Five quick actions cover 90% of rep needs: prep for a call, write the next email, coach me on this deal, build their pricing proposal, build their demo. Each one is a pre-built prompt that forces the right tool and assembles the right context.
The result: zero-click-to-action. From "you have an unanswered email" to "here's a drafted response referencing last week's call" — one click, 90 seconds.
Context engineering > prompt engineering
Here's the thesis behind all of this.
By the time a prompt fires in Deal Chat, 95% of the work is already done. The context has been extracted, synthesized, scored, indexed, and assembled. The prompt itself is straightforward — "draft a follow-up email based on this deal context." The magic isn't in the prompt. It's in the context that reaches the prompt.
This is why "just put GPT on your CRM" doesn't work. Without the compression layers, the LLM's context window is full of noise — raw Salesforce fields, unprocessed email chains, hour-long call transcripts. The model drowns in irrelevant data and produces generic, ungrounded responses that reps ignore.

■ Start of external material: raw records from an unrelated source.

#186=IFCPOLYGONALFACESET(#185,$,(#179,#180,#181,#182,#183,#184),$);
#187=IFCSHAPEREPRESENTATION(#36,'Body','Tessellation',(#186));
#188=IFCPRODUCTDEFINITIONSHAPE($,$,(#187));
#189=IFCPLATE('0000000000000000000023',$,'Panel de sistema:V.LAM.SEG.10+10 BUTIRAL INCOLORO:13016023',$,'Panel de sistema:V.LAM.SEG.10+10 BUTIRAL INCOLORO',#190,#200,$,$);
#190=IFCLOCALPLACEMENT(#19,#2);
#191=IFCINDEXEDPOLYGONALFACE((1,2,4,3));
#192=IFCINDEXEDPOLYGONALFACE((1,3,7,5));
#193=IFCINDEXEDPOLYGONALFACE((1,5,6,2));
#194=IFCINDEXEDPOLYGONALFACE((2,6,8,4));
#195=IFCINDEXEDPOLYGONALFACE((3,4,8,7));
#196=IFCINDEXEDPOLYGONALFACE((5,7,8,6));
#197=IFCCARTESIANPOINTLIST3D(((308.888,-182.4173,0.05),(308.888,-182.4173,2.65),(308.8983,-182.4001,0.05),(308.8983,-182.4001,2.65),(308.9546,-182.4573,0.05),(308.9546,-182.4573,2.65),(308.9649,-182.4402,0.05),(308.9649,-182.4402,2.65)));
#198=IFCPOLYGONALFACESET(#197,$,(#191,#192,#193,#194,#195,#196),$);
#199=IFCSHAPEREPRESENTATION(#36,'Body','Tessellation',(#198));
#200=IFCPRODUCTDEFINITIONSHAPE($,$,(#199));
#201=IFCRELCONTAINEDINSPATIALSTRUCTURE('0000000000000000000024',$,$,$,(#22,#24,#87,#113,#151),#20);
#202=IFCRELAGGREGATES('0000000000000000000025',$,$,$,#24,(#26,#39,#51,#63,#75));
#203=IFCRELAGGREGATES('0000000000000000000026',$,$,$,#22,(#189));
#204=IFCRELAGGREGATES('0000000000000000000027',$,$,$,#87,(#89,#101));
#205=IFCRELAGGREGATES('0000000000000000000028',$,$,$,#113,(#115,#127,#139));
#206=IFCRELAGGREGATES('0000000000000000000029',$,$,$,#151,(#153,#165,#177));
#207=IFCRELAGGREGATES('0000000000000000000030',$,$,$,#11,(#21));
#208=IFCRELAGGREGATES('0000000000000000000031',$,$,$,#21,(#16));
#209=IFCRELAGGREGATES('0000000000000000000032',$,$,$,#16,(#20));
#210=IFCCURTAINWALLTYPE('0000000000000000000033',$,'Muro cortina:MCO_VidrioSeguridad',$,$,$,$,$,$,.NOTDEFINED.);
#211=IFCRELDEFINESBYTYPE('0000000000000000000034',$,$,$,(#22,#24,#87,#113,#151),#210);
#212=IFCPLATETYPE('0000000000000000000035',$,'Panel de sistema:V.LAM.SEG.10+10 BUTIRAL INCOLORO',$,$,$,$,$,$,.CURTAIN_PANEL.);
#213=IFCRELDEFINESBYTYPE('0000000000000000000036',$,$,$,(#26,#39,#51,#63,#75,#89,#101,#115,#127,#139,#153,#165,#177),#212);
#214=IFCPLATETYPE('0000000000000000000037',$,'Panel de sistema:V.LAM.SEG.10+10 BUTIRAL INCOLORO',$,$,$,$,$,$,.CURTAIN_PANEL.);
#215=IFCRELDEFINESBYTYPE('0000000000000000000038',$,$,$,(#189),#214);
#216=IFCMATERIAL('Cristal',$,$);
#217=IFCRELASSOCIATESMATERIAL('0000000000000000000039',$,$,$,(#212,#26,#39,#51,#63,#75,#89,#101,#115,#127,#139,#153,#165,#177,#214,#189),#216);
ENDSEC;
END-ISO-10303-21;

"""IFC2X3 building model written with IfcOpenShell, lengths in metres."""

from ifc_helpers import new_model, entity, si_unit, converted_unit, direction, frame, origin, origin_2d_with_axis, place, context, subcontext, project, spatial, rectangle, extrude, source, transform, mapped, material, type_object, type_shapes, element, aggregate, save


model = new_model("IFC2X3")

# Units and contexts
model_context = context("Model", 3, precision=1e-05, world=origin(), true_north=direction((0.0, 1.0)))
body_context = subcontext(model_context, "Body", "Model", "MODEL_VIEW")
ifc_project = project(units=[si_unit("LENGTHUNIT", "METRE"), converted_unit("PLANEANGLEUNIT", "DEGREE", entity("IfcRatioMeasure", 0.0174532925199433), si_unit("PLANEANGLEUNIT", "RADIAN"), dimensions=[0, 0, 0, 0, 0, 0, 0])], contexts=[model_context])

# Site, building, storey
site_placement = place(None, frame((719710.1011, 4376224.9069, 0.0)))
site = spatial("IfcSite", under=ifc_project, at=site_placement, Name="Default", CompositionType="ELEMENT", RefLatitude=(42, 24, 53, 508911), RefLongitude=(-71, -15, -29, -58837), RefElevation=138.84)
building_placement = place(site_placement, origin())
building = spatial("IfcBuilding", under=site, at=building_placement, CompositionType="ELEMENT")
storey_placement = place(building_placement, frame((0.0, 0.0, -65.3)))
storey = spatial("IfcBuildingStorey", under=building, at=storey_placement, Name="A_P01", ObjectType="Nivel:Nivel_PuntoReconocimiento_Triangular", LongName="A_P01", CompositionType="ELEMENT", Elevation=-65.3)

With the compression layers, every token in the context window is high-signal: verified quotes from specific people, synthesized risks with evidence, prioritized actions with rationale, milestone dates with confidence levels. The LLM doesn't need to be clever — it needs to be presented with the right information.

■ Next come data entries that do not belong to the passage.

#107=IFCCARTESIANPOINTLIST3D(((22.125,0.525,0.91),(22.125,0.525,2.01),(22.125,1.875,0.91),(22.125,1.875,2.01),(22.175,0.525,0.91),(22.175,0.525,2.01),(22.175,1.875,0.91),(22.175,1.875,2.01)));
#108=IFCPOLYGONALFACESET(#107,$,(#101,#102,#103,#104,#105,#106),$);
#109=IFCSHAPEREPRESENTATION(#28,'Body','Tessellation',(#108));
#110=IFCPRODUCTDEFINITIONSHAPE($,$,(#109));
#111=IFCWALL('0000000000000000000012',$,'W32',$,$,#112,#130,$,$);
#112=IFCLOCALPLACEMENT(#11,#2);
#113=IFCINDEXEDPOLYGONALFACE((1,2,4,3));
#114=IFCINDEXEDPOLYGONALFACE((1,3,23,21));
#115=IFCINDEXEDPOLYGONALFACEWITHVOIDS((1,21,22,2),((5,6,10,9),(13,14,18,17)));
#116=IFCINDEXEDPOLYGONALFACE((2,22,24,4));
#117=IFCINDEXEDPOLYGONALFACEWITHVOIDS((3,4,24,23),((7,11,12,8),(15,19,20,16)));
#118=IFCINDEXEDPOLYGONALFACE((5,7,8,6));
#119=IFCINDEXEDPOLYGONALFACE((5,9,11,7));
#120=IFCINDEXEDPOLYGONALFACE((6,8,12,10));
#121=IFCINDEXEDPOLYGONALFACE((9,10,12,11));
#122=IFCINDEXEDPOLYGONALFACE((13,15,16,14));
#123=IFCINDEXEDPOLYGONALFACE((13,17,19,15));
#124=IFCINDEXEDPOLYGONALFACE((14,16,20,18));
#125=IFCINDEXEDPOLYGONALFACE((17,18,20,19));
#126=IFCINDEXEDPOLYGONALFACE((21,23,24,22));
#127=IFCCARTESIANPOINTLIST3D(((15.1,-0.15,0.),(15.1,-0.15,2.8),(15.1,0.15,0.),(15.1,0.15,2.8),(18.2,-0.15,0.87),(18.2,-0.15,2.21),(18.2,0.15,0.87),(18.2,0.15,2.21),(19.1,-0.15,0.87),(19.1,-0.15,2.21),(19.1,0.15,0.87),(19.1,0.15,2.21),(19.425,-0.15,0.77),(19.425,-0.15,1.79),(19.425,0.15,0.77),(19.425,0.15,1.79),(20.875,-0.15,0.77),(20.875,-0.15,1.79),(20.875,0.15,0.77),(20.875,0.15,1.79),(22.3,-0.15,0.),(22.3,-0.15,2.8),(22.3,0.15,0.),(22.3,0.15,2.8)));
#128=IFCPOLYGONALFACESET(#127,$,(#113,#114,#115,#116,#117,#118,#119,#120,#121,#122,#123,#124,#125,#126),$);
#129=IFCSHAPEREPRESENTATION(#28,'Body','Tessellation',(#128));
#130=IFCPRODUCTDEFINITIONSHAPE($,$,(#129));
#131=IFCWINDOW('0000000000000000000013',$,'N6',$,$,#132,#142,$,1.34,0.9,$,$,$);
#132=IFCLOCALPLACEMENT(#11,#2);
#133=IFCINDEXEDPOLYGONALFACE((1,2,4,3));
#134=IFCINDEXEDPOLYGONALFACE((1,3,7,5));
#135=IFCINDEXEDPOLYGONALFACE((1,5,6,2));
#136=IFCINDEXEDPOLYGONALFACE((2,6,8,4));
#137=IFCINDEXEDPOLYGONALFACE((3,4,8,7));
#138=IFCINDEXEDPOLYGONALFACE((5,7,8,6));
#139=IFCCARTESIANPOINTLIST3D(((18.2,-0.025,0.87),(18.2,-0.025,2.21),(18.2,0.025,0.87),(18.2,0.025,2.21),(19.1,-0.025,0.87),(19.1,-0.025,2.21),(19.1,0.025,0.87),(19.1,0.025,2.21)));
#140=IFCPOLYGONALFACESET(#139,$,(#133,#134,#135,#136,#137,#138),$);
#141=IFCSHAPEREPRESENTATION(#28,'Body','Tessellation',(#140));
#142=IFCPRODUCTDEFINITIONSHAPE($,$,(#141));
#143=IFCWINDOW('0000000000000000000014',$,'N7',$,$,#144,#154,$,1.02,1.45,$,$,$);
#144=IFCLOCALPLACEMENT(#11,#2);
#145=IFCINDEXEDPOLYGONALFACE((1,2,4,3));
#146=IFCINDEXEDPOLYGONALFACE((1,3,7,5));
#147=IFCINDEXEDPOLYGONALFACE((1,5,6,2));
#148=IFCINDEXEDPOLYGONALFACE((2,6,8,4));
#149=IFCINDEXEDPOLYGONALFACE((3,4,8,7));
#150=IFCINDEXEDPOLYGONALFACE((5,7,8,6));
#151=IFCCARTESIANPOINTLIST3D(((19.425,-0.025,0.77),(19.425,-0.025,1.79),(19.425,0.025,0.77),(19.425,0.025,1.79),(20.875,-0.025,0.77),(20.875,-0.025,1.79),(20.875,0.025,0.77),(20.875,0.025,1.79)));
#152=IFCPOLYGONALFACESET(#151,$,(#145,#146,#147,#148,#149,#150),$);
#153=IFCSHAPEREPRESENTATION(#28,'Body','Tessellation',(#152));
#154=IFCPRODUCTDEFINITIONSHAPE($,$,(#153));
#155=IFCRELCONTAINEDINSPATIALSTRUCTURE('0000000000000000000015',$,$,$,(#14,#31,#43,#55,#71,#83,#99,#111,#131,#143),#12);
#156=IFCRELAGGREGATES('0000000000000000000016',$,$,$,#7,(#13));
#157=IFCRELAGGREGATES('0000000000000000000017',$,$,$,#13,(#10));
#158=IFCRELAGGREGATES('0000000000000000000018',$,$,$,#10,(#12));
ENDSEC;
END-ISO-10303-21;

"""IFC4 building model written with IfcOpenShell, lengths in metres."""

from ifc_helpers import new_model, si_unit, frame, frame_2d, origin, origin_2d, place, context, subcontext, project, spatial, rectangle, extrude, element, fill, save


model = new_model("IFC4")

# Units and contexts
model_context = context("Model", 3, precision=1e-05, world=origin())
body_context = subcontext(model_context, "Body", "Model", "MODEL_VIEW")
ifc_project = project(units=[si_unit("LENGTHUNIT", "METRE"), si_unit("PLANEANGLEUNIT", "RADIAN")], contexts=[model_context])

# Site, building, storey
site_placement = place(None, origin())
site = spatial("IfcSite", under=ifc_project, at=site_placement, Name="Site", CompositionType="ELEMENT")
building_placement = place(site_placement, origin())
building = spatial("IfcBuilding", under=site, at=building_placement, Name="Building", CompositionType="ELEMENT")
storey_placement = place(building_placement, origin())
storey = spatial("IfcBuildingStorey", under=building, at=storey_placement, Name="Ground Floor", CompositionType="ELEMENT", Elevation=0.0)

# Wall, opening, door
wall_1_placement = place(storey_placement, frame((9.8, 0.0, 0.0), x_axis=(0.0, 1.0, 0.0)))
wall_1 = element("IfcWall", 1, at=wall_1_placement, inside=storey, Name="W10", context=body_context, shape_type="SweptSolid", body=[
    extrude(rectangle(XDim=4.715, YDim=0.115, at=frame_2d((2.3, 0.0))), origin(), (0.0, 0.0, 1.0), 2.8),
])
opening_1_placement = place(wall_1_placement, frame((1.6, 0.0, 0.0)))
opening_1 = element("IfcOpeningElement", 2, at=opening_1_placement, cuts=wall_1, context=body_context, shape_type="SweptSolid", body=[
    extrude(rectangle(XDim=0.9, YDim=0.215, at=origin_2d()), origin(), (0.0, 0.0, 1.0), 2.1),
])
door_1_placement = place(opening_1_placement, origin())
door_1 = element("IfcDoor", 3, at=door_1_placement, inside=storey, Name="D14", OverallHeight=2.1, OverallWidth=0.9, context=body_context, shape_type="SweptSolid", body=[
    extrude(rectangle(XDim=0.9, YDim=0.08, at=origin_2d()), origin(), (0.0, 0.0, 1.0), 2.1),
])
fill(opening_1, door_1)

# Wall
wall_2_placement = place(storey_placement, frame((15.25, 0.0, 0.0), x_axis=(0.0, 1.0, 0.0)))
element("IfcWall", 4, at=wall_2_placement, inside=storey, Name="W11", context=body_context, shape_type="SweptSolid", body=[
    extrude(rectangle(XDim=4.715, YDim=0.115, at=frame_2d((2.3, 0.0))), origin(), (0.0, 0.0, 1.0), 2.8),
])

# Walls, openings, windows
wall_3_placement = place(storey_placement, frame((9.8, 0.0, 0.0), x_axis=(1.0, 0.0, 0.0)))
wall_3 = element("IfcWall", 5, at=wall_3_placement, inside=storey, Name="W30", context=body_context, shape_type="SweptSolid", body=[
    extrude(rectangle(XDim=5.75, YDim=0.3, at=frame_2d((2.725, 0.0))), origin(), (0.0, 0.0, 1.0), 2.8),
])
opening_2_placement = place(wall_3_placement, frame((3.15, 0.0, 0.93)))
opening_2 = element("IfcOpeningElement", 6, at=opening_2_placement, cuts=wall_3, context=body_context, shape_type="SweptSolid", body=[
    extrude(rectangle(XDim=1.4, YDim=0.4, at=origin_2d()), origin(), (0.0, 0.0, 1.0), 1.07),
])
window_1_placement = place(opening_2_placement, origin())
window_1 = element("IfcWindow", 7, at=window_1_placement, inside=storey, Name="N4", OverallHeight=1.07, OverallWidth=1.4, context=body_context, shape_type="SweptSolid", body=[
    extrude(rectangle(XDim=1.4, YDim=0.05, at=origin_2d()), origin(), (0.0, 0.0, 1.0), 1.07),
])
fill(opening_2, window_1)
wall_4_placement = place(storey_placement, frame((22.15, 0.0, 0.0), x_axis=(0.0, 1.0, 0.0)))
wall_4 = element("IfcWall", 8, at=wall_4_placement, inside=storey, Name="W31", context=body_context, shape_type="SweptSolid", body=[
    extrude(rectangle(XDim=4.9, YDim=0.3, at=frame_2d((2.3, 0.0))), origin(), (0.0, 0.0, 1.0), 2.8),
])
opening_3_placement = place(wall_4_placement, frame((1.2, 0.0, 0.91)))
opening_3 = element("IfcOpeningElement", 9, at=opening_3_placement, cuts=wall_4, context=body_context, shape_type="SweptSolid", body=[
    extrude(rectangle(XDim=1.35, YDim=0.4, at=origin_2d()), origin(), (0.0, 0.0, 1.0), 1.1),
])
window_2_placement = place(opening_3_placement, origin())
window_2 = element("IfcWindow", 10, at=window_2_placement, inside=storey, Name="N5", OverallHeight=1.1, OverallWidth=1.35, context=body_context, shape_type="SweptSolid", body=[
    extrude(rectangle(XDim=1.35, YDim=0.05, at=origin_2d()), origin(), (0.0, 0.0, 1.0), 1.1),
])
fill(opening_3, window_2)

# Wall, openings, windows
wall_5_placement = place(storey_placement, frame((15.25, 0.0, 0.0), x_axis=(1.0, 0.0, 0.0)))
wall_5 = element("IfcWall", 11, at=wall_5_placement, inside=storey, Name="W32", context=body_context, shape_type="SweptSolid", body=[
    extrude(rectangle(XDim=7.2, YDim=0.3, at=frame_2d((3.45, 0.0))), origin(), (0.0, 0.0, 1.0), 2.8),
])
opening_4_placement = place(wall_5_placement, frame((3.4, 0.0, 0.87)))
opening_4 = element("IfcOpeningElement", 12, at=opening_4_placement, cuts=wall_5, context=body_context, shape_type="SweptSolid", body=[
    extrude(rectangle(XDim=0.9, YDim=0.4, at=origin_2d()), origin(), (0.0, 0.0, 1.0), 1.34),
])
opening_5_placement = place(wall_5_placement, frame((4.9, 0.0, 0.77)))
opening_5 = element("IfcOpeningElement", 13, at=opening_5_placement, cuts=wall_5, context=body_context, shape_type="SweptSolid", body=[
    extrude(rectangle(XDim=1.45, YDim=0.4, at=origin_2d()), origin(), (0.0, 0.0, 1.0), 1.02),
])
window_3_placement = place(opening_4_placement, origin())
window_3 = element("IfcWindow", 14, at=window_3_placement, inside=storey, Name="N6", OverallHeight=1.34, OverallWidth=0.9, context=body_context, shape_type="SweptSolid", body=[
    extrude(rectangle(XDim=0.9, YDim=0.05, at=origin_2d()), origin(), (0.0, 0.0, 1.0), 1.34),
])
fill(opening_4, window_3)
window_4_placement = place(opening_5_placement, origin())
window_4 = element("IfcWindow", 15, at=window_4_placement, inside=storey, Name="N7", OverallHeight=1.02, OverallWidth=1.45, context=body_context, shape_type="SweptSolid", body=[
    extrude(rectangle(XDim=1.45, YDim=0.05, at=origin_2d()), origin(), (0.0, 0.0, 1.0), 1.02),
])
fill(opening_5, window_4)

The rep productivity gain comes from context density, not model capability.
A flashy UI on top of bad context is just a fast way to get wrong answers. A simple UI on top of deeply compressed, evidence-backed context is how you build tools that reps actually trust and use every morning.
What I'd build next
Real-time signal extraction. L1 currently runs daily at 8:15 AM. Streaming analysis of calls and emails as they happen would surface signals within minutes, not hours.
Learned scoring weights. L3 weights are hand-tuned. Tracking which deals reps actually act on (vs. ignore) could train weights empirically from behavior data.
Cross-deal pattern detection. Which risk clusters predict loss? Which action types correlate with deals advancing? The data is there — the aggregation isn't.
Rep feedback loop. When reps override milestone dates, that's labeled training data. Using override patterns to fine-tune L1 extraction would close the loop between rep judgment and AI signal quality.
The hard part of building AI for sales isn't the model or the UI. It's the 6 layers of context engineering between them — compressing thousands of signals into the right 2KB of context, at the right time, for the right person. RevRadar is what happens when you invest in the pipeline instead of the prompt: a rep opens their laptop at 8:30 AM and knows exactly what to do, with the evidence to do it well.
Built on Domo's infrastructure using Jupyter notebooks for the data pipeline and React/Redux/D3 for the app. The architecture patterns described here are from the production system, with deal data replaced by fictional examples.